Mike and bassist Hugh Hopper write roughly an equal amount of the repertoire. Drummer Robert Wyatt composed early in the band's life, and wrote several of the tracks on their second Probe album (" Volume Two "), but now it's fairly divided between Mike and Hugh. Ratledge doesn't find it easy to talk about the difference in their writing.


" Our different backgrounds don't come over. There's as much difference between two of my pieces as there is between one of mine and one of Hugh's. Hugh tends to write a theme, have a blowing section in the middle, and then return to the theme at the end... but then I've written things like that too.

" I tend to write things with a given concept. I'm very lazy and don't have much confidence, so I need something — like a progression or a time signature — to get to compose. These conceptual elements are really something I use to con myself into believing in what I'm writing.

" I'm very interested in unusual time signatures, but at the moment I'm writing a piece in 6/4, which isn't exactly far out. But in terms of a general direction my music is heading for more complex structures.

" Our sets are an amalgamation of different tunes by different people, and when you string them together into a 45-minute entity there's bound to be a somewhat ad hoc quality about the arrangement. You try to make the transitions as organic as possible, but it's not the total piece of music that I'd like it to be at the moment. The sudden switches that people criticise aren't inside each piece, they come when we go from one piece into another."

Unorthodox time signatures are becoming more commonplace, partly because young musicians are growing up around them and thus can "feel" them much more easily than their elders, to whom playing in 7/4 was like going to the Moon.

" I've been aware of them since I started writing," says Mike, " and I guess it was with Messiaen (the 20th Century classical composer) that I first came up against them, although of course they-ve been used throughout musical history in so-called primitive music as well as so-called classical music. But Messiaen was the first person I'd come across who'd obviously spent a lot of time getting into it."


Mike uses a Lowrey organ, in contrast to the almost ubiquitous use of the Hammond, but it wasn't originally a voluntary decision.

" I bought it when we hadn't got the money for a Hammond, and I got to know what I could do with it. It's worked out well because the majority of organists use Hammonds, so the Lowrey's characteristics stand out a bit.

" I suppose that a large number of my stylistic idiosyncrasies are due to the inherent peculiarities of the Lowrey."

For the future, the Softs plan to remain as a quartet, with altoist Elton Dean, but may add other musicians for selected performances. One innovation will certainly be the use of prerecorded tapes.
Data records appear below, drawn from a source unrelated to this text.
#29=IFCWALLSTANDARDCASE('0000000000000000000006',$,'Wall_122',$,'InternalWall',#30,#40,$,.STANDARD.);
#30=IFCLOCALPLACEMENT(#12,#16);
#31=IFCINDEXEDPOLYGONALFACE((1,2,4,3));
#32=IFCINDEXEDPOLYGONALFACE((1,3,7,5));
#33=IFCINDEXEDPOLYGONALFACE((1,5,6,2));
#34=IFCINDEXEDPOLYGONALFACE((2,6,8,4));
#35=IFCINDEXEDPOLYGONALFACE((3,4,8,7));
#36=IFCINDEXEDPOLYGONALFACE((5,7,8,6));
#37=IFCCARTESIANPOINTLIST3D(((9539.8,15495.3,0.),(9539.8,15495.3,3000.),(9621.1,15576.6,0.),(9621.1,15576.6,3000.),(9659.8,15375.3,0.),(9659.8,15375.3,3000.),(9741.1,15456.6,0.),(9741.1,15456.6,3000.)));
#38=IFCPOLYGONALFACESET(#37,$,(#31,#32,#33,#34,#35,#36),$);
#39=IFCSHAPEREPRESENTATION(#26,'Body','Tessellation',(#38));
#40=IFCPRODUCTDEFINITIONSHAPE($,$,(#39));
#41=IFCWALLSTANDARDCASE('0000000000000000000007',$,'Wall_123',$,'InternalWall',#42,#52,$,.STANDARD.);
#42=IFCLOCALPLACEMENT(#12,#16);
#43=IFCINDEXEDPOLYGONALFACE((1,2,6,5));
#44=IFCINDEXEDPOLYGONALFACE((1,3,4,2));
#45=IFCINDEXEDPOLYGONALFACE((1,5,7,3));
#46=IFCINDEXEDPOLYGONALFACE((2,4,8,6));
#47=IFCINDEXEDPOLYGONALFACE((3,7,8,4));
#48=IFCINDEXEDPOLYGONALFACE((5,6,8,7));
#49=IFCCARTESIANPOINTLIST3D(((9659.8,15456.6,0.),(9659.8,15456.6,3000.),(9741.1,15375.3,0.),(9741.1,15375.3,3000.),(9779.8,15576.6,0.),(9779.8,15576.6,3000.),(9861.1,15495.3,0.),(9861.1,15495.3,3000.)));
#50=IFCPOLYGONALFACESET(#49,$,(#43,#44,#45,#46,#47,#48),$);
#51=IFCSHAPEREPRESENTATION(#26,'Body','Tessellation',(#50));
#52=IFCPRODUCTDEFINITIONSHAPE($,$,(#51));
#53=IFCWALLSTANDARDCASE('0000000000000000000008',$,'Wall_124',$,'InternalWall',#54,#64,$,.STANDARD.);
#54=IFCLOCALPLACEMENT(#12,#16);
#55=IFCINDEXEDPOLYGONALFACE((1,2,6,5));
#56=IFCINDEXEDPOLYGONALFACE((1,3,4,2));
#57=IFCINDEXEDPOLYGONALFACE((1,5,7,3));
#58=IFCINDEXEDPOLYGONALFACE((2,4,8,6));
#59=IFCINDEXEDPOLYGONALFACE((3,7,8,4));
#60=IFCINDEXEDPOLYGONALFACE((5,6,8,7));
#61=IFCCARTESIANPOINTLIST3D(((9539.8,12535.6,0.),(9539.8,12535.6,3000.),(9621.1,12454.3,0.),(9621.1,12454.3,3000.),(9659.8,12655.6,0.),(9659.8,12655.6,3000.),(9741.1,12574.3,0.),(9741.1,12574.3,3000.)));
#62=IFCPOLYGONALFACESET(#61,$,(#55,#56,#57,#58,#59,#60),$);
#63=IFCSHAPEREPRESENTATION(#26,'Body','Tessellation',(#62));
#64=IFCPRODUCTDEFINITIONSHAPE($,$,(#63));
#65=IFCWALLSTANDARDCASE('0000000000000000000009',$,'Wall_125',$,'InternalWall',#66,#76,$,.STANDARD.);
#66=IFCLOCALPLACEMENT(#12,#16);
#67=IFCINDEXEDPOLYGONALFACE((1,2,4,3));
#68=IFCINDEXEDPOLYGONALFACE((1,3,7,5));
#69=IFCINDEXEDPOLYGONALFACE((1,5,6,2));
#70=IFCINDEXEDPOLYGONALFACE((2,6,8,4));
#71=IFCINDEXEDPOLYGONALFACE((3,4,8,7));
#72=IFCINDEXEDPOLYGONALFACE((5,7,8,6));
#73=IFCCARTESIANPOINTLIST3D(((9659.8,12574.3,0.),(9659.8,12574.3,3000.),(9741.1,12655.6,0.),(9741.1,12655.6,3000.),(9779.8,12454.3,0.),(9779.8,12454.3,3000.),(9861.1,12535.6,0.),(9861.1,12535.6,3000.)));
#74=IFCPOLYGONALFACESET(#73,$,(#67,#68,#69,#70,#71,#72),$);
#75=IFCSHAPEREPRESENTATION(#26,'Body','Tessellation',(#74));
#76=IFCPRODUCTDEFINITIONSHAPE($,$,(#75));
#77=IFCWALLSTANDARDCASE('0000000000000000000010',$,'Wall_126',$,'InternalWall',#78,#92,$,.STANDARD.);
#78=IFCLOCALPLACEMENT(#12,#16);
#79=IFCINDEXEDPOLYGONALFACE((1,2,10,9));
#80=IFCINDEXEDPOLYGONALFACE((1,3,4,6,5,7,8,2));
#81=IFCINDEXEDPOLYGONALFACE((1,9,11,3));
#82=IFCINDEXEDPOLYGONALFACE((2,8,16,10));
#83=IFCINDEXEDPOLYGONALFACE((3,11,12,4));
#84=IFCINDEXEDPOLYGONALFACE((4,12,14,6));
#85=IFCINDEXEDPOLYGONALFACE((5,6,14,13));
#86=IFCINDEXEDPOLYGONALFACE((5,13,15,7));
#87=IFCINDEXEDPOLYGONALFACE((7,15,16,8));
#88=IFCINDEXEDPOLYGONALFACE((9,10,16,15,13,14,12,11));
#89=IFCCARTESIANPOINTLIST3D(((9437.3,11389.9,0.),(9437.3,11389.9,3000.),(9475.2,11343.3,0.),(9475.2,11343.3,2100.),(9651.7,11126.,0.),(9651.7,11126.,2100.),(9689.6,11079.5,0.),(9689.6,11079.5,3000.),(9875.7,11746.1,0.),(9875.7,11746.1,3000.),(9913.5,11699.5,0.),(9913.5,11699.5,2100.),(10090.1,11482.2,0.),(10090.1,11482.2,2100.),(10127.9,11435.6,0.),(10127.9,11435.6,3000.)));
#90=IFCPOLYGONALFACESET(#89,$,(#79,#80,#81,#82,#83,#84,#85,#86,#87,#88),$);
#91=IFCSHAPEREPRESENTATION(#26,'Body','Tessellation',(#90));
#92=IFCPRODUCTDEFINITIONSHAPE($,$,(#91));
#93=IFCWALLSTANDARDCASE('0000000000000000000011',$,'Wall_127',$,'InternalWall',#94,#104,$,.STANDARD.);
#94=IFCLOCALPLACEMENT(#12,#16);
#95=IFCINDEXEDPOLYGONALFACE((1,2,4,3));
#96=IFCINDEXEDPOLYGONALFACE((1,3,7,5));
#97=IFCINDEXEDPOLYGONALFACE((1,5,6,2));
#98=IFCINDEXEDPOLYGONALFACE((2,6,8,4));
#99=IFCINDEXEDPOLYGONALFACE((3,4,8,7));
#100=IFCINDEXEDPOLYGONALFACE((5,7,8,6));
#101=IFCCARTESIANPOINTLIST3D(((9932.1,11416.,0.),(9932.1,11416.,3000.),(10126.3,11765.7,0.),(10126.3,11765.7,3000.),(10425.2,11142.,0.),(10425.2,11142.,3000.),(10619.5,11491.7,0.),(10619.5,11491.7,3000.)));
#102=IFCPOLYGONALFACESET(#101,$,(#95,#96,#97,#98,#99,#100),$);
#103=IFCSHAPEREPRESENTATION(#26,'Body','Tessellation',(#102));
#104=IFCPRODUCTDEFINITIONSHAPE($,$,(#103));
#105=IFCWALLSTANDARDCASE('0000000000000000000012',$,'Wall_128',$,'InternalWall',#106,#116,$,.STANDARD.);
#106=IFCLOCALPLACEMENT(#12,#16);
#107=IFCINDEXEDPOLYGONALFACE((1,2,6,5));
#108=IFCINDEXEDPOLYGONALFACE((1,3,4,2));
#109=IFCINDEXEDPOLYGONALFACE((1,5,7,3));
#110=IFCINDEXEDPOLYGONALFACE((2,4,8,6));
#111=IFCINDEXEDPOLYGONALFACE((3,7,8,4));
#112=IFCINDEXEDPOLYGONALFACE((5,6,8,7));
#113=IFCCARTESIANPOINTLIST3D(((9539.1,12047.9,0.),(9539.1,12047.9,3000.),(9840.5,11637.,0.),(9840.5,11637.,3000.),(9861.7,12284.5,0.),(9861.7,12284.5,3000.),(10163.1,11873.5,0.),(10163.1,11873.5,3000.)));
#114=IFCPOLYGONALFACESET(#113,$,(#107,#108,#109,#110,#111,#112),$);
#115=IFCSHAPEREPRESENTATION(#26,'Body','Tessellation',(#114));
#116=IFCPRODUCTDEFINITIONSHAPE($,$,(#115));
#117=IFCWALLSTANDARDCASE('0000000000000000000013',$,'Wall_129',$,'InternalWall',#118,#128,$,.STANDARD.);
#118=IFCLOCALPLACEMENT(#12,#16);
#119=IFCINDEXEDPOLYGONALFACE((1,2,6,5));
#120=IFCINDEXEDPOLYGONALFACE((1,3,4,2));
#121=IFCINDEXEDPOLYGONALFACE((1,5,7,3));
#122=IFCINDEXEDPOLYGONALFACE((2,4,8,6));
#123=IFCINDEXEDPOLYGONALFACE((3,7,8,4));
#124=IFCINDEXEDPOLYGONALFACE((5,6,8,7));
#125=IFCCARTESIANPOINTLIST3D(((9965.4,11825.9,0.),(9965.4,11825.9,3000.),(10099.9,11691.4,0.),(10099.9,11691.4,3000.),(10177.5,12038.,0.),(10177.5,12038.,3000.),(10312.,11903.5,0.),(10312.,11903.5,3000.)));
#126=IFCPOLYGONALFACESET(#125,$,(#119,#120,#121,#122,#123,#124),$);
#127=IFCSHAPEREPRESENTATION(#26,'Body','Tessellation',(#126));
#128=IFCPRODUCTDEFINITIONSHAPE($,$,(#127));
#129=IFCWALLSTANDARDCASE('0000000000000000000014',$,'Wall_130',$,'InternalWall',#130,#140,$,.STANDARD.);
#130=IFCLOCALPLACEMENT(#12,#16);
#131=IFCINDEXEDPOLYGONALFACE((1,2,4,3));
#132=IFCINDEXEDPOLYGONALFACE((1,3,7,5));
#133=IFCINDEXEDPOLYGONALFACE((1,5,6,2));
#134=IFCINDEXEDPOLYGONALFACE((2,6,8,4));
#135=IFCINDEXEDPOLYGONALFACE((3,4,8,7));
" The tapes will mean difficulties like keeping the pitch constant throughout the electronic fluctuations, but they won't be tied down to anything very specific and the musicians will be fairly free on top of it. It won't be like laying down specific drum or piano tracks — it'll be loops and things like that."
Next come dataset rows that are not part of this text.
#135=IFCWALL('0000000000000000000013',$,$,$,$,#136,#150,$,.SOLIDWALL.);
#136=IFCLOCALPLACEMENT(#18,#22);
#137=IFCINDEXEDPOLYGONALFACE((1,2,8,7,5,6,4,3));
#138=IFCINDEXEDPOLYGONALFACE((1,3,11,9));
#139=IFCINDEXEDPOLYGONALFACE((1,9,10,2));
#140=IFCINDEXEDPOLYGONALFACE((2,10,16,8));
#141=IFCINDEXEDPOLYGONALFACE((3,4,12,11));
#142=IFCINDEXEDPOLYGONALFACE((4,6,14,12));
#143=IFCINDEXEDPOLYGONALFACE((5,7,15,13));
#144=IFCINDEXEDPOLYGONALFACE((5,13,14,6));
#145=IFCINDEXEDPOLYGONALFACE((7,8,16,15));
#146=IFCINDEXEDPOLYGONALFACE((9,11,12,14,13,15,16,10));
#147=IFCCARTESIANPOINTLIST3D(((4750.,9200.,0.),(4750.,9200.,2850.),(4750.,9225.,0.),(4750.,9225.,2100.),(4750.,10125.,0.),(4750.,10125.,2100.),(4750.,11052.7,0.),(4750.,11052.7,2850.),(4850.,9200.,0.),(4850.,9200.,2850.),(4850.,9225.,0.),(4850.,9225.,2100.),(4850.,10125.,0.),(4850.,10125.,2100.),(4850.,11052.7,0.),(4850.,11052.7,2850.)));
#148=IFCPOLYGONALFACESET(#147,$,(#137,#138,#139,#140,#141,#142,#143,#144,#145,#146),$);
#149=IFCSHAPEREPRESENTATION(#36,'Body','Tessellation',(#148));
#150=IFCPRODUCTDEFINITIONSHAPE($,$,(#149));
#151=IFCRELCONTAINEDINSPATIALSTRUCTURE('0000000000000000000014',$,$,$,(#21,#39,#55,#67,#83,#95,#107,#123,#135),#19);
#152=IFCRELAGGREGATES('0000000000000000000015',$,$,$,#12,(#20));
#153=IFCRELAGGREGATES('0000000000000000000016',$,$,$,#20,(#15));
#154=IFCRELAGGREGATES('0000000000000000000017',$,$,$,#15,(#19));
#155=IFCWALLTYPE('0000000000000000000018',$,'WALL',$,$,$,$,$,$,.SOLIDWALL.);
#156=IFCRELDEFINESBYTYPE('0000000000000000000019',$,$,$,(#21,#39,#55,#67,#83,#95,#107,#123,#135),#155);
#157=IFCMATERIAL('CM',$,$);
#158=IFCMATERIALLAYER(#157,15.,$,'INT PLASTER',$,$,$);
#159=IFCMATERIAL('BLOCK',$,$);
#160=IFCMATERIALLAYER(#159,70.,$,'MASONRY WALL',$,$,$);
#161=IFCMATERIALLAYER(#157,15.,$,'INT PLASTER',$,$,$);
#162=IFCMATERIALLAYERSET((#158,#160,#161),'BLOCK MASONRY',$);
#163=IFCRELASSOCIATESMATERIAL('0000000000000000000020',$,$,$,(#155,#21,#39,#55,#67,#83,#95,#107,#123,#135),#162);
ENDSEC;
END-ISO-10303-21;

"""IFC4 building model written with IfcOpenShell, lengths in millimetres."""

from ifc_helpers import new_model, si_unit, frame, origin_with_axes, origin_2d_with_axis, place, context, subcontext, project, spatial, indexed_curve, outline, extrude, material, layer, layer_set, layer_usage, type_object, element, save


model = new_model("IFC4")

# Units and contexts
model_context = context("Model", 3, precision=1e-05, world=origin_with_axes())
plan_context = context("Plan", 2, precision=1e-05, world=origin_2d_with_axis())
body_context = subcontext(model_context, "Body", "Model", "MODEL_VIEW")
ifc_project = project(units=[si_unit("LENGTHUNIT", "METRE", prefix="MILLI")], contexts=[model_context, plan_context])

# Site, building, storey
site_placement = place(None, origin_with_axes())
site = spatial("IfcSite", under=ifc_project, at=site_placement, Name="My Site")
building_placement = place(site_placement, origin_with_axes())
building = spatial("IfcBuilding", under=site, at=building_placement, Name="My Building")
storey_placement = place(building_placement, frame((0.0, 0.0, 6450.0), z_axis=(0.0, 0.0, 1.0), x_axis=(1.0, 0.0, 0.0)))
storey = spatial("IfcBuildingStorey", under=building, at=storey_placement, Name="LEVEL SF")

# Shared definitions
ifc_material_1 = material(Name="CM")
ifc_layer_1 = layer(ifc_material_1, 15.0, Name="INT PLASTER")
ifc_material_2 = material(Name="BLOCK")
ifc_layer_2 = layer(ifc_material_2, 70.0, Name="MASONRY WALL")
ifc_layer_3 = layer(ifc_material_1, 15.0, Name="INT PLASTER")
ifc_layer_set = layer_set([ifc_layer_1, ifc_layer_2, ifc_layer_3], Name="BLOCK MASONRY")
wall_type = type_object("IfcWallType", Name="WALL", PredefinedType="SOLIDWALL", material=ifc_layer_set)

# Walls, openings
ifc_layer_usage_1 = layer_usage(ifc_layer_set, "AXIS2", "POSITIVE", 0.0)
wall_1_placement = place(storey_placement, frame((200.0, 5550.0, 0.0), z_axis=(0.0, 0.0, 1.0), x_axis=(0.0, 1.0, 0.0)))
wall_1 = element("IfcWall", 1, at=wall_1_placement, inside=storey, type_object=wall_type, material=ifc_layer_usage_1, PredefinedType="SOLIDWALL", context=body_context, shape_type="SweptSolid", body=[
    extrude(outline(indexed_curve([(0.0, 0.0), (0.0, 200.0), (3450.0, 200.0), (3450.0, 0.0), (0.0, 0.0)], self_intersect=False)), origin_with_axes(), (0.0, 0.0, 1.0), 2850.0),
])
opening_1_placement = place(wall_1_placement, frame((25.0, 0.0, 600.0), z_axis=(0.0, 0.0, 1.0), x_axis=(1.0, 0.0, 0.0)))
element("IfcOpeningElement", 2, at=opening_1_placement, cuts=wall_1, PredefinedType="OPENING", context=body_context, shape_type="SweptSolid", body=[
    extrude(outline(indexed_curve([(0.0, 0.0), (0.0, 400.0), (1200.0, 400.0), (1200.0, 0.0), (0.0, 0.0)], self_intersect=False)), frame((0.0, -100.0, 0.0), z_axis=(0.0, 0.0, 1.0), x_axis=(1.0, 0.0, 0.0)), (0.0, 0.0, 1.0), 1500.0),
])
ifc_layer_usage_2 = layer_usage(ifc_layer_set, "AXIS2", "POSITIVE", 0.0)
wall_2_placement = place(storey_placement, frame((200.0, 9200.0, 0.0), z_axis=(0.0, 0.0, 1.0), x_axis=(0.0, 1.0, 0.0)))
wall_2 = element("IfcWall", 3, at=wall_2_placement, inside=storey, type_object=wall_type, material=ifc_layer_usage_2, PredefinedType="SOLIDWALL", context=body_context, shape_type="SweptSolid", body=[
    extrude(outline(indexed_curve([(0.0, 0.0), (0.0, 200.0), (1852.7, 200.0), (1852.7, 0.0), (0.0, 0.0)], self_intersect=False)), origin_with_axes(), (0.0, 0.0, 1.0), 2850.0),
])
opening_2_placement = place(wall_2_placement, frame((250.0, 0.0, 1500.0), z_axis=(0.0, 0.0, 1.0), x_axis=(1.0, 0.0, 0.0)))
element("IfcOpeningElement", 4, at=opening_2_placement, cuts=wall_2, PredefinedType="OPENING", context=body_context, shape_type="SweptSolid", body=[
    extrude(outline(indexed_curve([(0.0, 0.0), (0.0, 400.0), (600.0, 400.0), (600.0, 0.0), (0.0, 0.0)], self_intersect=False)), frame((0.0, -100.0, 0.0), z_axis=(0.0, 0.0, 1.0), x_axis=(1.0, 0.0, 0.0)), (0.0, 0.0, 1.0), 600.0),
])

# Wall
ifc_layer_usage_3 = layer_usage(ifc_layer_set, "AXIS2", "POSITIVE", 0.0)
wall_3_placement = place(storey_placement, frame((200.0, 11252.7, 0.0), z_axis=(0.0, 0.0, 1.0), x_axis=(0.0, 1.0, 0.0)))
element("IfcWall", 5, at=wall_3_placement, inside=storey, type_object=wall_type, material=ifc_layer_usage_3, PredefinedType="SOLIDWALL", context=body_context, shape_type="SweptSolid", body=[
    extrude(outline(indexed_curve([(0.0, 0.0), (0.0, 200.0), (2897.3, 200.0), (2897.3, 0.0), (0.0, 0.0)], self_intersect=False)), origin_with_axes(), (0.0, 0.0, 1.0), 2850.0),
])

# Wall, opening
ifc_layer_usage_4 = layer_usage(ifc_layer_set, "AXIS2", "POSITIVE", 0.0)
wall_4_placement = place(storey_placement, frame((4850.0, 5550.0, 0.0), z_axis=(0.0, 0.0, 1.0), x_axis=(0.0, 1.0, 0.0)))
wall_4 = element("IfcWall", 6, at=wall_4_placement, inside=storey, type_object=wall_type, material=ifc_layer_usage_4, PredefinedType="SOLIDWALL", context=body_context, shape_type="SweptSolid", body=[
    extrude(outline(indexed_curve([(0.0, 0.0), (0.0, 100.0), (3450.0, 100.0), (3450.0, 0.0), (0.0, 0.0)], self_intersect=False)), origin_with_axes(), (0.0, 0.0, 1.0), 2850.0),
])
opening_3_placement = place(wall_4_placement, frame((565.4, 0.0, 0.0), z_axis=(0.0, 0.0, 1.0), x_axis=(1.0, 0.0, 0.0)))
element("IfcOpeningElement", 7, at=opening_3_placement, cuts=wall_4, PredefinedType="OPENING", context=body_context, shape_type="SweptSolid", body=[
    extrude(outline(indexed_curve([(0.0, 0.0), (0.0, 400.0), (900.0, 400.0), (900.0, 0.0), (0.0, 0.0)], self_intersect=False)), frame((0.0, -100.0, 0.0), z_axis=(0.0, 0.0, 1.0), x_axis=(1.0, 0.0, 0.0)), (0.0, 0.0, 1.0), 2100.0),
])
The group's new album, " Third," will be out soon after you read this, and Mike is very pleased with the speed and care with which CBS have handled it. " My feelings about the music on it change constantly. I liked it while we were making it, of course, but listening to it now I'm aware of the mistakes, while assume a disproportionate importance. " None of us can be objective about it now, but I think that each of our albums has been better than the last, although none is as good as it should have been."